"When A Tattoo Means Life Or Death. Literally"

LULU GARCIA-NAVARRO, HOST:

In the U.S., end-of-life decisions are fraught and often frustrating. Many people struggle to communicate how they do or don't want to be treated as they die, which is why one man's simple and extreme solution has caught the attention of medical ethicists all over the country. Rebecca Hersher reports.

REBECCA HERSHER, BYLINE: The standard way to tell people that you want to be allowed to die is to sign an official form saying, do not resuscitate me. But it doesn't guarantee that's what will happen. If you lose consciousness and end up in the ER, that form may not come with you, in which case, many doctors err on the side of not letting you die.

KENNETH GOODMAN: Look. You can always be dead later. Don't take a course that's irreversible.

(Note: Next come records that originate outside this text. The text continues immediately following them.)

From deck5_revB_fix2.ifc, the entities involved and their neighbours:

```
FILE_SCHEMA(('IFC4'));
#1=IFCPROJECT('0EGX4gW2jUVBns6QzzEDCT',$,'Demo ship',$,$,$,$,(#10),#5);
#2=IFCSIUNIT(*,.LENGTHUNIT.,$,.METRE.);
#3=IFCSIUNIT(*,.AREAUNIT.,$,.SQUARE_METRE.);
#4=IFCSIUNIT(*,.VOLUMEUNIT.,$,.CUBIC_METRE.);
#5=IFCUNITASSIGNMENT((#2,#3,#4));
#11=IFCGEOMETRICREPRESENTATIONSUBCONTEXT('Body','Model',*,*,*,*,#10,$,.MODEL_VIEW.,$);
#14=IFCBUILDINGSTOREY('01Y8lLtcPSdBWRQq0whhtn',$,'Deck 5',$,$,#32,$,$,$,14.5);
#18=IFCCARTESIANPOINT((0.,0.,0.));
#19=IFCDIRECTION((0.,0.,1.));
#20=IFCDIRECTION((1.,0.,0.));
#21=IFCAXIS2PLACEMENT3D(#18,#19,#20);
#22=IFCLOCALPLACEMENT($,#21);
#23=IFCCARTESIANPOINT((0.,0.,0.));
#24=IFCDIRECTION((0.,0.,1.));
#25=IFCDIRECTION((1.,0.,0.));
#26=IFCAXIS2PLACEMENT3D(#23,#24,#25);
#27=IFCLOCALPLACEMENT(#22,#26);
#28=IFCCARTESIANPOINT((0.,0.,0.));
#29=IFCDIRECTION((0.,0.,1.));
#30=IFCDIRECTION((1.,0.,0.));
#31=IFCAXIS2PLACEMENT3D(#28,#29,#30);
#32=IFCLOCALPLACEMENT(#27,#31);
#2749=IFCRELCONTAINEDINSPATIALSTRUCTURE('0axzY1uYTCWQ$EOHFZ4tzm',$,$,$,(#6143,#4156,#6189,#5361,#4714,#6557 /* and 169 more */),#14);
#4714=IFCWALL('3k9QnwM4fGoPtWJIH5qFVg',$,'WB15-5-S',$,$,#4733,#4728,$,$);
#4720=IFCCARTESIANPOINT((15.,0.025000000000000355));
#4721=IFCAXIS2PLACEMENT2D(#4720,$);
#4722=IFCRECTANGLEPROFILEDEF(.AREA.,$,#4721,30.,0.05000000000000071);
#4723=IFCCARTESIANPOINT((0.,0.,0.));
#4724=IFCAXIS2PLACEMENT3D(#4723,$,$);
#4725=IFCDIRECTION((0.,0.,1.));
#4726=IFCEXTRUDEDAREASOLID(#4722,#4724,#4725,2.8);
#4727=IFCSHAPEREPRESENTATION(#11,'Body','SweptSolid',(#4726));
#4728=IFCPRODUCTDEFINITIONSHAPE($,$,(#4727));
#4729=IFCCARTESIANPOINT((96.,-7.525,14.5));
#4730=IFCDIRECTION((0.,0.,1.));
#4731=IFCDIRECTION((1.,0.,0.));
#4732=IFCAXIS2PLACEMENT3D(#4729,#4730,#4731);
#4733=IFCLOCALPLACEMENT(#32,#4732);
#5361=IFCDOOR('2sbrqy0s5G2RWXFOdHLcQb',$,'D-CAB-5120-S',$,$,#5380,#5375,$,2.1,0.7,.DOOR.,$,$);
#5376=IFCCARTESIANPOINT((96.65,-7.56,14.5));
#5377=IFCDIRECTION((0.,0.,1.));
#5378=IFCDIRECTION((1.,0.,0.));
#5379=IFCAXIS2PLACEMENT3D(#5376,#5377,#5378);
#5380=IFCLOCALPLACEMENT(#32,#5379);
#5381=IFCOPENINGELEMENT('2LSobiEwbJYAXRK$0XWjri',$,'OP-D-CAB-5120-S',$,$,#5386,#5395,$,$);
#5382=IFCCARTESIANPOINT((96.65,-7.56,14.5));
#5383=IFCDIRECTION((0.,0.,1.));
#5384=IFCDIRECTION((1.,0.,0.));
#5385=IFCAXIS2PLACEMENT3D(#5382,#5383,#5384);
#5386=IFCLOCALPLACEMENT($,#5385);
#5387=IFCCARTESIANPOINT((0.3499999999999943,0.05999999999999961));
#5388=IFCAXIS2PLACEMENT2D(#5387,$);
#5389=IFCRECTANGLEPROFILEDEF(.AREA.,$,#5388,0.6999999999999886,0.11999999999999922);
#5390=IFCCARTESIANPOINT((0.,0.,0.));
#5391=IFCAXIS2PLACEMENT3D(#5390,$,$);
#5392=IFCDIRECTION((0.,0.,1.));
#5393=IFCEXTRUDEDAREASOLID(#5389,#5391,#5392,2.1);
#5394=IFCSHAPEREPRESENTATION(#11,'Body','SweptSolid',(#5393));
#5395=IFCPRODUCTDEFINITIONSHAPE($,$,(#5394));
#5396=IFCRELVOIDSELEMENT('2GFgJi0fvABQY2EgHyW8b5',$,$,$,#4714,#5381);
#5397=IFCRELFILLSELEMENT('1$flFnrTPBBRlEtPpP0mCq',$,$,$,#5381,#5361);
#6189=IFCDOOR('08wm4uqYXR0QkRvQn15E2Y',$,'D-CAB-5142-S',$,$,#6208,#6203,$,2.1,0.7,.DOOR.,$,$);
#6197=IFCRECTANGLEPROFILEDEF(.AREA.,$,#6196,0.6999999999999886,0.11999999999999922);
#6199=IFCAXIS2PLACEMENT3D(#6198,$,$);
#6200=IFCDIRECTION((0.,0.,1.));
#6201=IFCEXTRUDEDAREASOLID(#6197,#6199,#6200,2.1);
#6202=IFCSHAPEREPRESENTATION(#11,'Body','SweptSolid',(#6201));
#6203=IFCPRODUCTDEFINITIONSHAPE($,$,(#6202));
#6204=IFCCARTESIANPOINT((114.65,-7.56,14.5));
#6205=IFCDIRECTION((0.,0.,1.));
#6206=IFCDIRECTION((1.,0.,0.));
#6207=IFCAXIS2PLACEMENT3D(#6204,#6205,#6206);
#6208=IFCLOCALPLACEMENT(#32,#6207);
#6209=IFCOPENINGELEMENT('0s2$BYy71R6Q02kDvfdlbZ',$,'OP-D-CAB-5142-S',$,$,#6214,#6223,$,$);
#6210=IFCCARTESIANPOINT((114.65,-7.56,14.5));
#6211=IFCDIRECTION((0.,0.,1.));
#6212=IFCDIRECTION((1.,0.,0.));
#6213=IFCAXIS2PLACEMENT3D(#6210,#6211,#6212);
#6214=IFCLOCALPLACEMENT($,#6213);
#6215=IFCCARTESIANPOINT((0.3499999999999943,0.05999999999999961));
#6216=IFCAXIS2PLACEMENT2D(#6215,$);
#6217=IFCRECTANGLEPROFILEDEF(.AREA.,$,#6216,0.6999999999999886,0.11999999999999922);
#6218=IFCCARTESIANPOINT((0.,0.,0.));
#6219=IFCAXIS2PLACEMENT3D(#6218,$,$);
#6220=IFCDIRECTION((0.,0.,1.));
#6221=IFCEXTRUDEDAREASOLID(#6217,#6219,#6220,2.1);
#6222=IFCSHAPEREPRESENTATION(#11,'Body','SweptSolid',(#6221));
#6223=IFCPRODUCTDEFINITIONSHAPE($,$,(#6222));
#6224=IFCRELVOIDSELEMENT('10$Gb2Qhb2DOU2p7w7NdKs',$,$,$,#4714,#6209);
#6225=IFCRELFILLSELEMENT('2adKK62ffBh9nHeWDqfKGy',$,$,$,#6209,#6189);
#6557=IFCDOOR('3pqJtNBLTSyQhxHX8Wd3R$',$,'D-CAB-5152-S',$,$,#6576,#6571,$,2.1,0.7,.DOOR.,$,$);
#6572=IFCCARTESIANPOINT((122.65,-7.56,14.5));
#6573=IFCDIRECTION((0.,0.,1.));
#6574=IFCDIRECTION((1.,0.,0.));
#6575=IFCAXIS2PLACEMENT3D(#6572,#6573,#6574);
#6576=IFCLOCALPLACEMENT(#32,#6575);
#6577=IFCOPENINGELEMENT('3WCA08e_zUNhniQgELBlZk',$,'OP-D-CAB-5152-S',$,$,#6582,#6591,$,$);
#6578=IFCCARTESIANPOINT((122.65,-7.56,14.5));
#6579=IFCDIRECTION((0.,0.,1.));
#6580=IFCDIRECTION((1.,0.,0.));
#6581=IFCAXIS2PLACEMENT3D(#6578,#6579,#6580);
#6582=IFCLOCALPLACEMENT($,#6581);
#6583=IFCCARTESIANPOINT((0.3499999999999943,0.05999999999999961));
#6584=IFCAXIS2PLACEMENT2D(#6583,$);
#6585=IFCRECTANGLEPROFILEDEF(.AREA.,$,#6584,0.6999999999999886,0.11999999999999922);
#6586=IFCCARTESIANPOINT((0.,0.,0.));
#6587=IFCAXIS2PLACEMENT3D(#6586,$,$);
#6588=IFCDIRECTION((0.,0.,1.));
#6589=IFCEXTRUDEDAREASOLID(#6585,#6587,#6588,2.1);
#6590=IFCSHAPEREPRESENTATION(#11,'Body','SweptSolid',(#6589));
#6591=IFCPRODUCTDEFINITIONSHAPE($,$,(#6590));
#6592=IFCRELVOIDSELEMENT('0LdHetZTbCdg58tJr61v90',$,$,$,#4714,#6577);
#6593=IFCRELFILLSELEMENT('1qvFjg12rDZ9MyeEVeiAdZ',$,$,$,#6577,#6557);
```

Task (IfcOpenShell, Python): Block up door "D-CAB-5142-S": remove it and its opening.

```python
import ifcopenshell
import ifcopenshell.api.feature
import ifcopenshell.api.root
import ifcopenshell.geom
import ifcopenshell.util.shape

model = ifcopenshell.open("deck5_revB_fix2.ifc")
settings = ifcopenshell.geom.settings()


def volume(element):
    """Net volume in cubic metres, openings subtracted."""
    shape = ifcopenshell.geom.create_shape(settings, element)
    return ifcopenshell.util.shape.get_volume(shape.geometry)


door = model.by_guid("08wm4uqYXR0QkRvQn15E2Y")
opening = door.FillsVoids[0].RelatingOpeningElement
wall = opening.VoidsElements[0].RelatingBuildingElement
before = volume(wall)

ifcopenshell.api.root.remove_product(model, product=door)
ifcopenshell.api.feature.remove_feature(model, feature=opening)

after = volume(wall)

print(f"wall volume {before:.3f} -> {after:.3f} m3")

model.write("deck5_revB_fix2_rev.ifc")
```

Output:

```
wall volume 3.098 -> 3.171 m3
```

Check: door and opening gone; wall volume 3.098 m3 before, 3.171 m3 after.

HERSHER: Kenneth Goodman is the medical ethicist for the University of Miami Hospital. Goodman has seen a lot of dying people in his 30 years on the job. But even he was shocked last summer, when he got a call about a patient who had done something drastic with his end-of-life wishes. The patient had tattooed do not resuscitate across his chest. The word not was underlined. His signature was tattooed at the end.

GOODMAN: Here's one no one's ever seen before.

HERSHER: The man was 70 years old. He was unconscious when he arrived at the hospital - no ID, no one with him. The doctors asked Goodman, what should we do? It's not an official form. There's no way to know when he got this tattoo or how he feels about it now. On the other hand...

GOODMAN: He's gone to the trouble of getting a tattoo that says, please don't do this to me. And he's probably seen it pretty frequently since then. I suppose every time one's looking in the mirror, one would see this.

HERSHER: ...In the end, Goodman decided the tattoo was convincing.

GOODMAN: If we take a piece of paper at face value, where, in fact, someone might've changed their mind, we really should probably take this tattoo at face value, even though he might've changed his mind.

HERSHER: Goodman advised the doctors to take the tattoo seriously. The man got sicker and sicker overnight. They didn't do CPR. The man died. And it turned out the man had an out-of-hospital form on file with the Florida Department of Health that backed up his tattoo. So DNR tattoos have a couple of things going for them. They are hard for doctors to miss. And they're basically impossible to lose. But they're not a good solution because they're not reliable. To understand why, take another example - this one from 2012.

ALEX SMITH: A person who presented with a DNR tattoo at a local hospital here in San Francisco.

HERSHER: Alex Smith is a palliative medicine doctor at the University of California, San Francisco. This man was 59 years old, in the hospital for surgery. The letters DNR were tattooed in red below his heart. His doctors asked him, is that real?

SMITH: And in that case, the DNR tattoo in the person's chest was the result of a poorly conceived drinking game.

HERSHER: Specifically, a poker bet with colleagues from - I kid you not - the hospital where he worked at the time. He said he actually wanted to be resuscitated. So, yeah, DNR tattoos - not reliable. Doctors and ethicists say what would really be helpful for them is an easy way to access official forms from everywhere. Ideally, EMTs and ER docs would both know instantly what care an unconscious person actually wants.

GOODMAN: Imagine an ordinary patient who has a preference never to be resuscitated and that were in her record. Why, then that ought to be something you could easily call up anywhere.

HERSHER: With the Internet, the cloud, it seems like something that should be possible. In fact, two states do have electronic registries for end-of-life forms. Two others are considering it. And since California's pilot registry began, doctors there say they're seeing fewer patients who choose to wear their preferences on their bodies - etched in bracelets, mostly, not tattooed on their skin. Rebecca Hersher, NPR News.